[Stored data entries]
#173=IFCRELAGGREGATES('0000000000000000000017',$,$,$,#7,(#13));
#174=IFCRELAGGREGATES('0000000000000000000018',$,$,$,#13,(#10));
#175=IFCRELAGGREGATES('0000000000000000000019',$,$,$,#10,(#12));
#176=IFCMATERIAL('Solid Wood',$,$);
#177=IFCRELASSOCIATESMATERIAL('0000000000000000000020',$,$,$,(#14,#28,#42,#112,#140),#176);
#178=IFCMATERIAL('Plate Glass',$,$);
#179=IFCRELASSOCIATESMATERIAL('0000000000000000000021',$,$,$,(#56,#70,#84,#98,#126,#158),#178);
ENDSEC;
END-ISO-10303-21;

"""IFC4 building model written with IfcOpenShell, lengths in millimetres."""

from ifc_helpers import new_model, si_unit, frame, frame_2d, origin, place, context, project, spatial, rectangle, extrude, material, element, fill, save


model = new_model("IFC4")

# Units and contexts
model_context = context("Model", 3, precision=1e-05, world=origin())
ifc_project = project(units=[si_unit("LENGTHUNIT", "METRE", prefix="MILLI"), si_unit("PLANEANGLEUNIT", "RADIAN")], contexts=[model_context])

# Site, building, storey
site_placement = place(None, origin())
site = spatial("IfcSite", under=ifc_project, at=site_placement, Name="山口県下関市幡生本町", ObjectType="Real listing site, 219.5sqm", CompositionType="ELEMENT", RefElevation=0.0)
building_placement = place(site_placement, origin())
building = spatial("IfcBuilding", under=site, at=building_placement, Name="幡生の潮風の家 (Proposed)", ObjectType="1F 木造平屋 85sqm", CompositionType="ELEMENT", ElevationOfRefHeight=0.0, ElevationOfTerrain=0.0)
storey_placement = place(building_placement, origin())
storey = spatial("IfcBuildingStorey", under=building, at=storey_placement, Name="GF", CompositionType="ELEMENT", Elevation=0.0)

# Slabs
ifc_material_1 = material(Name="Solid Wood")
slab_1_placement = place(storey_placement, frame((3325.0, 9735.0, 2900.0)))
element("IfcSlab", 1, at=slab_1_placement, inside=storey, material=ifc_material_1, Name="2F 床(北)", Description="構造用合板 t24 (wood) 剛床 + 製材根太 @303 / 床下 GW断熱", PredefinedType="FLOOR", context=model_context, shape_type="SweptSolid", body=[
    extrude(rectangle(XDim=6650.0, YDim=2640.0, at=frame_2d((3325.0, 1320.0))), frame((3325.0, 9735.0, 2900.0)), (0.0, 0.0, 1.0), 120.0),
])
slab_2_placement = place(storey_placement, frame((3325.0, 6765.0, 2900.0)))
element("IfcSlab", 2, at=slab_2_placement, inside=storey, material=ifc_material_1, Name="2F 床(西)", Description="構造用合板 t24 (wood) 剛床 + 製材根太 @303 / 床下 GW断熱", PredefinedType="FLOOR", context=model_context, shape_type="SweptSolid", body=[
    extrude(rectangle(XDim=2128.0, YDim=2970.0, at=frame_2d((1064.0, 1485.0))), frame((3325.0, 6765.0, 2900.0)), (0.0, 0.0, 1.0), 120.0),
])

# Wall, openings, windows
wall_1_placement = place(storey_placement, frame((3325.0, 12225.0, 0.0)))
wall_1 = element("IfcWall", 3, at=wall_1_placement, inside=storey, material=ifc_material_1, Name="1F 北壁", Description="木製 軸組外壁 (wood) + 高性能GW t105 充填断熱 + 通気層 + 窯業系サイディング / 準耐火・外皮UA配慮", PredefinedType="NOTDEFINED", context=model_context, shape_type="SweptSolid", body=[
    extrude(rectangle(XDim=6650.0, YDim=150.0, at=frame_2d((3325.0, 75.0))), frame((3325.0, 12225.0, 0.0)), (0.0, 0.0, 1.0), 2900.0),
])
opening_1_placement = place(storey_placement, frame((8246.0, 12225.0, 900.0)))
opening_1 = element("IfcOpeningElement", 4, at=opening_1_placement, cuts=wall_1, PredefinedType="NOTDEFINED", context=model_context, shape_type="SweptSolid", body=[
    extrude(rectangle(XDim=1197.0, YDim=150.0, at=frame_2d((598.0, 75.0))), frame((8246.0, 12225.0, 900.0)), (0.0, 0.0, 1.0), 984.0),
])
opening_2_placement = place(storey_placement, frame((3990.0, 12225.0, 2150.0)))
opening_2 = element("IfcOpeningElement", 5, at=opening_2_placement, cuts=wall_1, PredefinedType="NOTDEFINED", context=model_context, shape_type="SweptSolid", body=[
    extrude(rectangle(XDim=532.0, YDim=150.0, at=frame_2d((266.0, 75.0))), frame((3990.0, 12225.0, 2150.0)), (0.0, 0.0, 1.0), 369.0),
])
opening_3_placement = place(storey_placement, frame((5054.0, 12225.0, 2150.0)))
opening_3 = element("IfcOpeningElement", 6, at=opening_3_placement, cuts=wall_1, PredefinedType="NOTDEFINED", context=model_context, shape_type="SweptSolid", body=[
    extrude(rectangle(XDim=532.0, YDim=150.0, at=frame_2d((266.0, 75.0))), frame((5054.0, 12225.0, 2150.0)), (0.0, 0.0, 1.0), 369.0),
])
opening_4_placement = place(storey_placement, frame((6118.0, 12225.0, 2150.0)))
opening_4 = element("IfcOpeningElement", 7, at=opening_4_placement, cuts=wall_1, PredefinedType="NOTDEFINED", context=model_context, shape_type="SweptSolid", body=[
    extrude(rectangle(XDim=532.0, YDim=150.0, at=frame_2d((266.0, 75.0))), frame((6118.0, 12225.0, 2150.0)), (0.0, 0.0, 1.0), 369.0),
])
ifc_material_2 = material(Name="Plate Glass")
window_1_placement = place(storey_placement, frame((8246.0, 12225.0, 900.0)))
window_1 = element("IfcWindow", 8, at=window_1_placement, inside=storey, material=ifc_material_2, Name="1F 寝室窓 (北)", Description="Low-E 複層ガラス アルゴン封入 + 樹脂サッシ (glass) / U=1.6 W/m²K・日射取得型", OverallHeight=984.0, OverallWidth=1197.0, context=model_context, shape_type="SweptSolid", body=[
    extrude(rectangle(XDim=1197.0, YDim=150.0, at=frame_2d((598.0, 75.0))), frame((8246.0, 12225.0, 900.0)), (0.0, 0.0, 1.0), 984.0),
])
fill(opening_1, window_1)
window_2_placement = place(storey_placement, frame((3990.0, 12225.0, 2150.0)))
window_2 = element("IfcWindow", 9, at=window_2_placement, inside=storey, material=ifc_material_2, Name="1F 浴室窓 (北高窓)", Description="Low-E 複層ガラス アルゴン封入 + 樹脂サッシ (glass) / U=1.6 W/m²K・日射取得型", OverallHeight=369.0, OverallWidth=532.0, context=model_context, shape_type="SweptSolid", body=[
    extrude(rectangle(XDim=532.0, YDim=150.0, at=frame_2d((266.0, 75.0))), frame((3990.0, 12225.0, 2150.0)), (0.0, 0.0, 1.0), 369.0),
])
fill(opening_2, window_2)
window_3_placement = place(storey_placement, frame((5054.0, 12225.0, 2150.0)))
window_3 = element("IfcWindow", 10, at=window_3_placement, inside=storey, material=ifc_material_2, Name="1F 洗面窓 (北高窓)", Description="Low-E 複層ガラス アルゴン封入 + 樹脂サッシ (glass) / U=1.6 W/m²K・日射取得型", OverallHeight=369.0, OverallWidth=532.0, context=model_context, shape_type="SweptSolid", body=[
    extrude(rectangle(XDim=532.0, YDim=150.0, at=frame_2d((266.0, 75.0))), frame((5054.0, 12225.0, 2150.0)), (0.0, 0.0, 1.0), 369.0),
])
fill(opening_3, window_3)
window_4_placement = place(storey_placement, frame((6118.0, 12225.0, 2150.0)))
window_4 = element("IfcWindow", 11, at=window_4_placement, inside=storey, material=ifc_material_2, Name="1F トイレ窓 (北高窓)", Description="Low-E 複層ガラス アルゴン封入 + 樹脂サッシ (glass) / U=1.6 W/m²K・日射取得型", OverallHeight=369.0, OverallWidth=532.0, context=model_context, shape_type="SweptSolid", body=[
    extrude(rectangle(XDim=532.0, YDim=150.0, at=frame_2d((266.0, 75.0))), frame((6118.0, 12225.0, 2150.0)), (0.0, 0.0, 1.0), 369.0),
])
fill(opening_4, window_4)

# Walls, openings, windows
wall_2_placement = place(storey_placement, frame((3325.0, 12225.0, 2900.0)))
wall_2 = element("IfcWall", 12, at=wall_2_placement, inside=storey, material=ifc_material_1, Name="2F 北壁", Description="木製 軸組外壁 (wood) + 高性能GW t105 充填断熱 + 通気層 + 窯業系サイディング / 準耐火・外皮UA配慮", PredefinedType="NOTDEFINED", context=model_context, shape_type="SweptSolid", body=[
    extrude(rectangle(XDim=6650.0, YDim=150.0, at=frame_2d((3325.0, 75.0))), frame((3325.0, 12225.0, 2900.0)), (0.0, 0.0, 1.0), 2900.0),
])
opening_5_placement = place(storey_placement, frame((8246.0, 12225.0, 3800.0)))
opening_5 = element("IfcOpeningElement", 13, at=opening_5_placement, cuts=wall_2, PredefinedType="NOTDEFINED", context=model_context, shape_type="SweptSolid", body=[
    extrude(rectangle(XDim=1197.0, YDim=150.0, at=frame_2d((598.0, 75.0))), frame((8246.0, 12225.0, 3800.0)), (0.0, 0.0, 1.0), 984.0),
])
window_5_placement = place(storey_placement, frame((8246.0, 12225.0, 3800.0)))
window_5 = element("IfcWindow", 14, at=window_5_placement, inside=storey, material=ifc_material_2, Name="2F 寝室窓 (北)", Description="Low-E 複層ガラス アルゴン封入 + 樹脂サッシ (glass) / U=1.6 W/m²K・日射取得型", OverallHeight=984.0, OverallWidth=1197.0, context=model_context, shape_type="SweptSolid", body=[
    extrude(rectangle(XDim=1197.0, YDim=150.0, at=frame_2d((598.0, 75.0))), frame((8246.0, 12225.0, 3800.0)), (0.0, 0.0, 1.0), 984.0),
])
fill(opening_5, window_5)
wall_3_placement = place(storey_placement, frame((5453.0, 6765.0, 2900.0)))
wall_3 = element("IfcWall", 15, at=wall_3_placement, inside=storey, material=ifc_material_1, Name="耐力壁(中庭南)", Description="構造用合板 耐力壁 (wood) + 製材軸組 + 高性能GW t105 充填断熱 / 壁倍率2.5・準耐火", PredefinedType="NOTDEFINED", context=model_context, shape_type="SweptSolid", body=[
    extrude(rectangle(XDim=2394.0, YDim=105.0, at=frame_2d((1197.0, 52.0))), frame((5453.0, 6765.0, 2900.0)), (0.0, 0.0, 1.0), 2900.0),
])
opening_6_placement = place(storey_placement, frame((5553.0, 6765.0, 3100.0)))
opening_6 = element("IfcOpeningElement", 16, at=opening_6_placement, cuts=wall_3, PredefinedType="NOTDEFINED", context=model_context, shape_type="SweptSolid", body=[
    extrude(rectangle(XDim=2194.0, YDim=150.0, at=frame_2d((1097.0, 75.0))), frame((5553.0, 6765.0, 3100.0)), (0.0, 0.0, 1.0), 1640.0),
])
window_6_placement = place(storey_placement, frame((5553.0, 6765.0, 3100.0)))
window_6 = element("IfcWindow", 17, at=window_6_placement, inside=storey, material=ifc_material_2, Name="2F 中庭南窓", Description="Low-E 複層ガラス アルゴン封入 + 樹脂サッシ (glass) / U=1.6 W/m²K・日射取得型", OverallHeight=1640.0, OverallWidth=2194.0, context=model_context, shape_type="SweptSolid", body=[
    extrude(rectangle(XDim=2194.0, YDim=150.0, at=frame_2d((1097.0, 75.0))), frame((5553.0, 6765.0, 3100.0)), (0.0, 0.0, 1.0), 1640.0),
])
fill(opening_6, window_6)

> _INSTRUCTIONS FOR THE TASK_:
Look above for the line with "3, precision=1e-05, world=origin())" and the line with "frame((3325.0, 6765.0, 2900.0)))"; transcribe both and all lines in between, exactly, and nothing else.

> _RESPONSE AREA_:
model_context = context("Model", 3, precision=1e-05, world=origin())
ifc_project = project(units=[si_unit("LENGTHUNIT", "METRE", prefix="MILLI"), si_unit("PLANEANGLEUNIT", "RADIAN")], contexts=[model_context])

# Site, building, storey
site_placement = place(None, origin())
site = spatial("IfcSite", under=ifc_project, at=site_placement, Name="山口県下関市幡生本町", ObjectType="Real listing site, 219.5sqm", CompositionType="ELEMENT", RefElevation=0.0)
building_placement = place(site_placement, origin())
building = spatial("IfcBuilding", under=site, at=building_placement, Name="幡生の潮風の家 (Proposed)", ObjectType="1F 木造平屋 85sqm", CompositionType="ELEMENT", ElevationOfRefHeight=0.0, ElevationOfTerrain=0.0)
storey_placement = place(building_placement, origin())
storey = spatial("IfcBuildingStorey", under=building, at=storey_placement, Name="GF", CompositionType="ELEMENT", Elevation=0.0)

# Slabs
ifc_material_1 = material(Name="Solid Wood")
slab_1_placement = place(storey_placement, frame((3325.0, 9735.0, 2900.0)))
element("IfcSlab", 1, at=slab_1_placement, inside=storey, material=ifc_material_1, Name="2F 床(北)", Description="構造用合板 t24 (wood) 剛床 + 製材根太 @303 / 床下 GW断熱", PredefinedType="FLOOR", context=model_context, shape_type="SweptSolid", body=[
    extrude(rectangle(XDim=6650.0, YDim=2640.0, at=frame_2d((3325.0, 1320.0))), frame((3325.0, 9735.0, 2900.0)), (0.0, 0.0, 1.0), 120.0),
])
slab_2_placement = place(storey_placement, frame((3325.0, 6765.0, 2900.0)))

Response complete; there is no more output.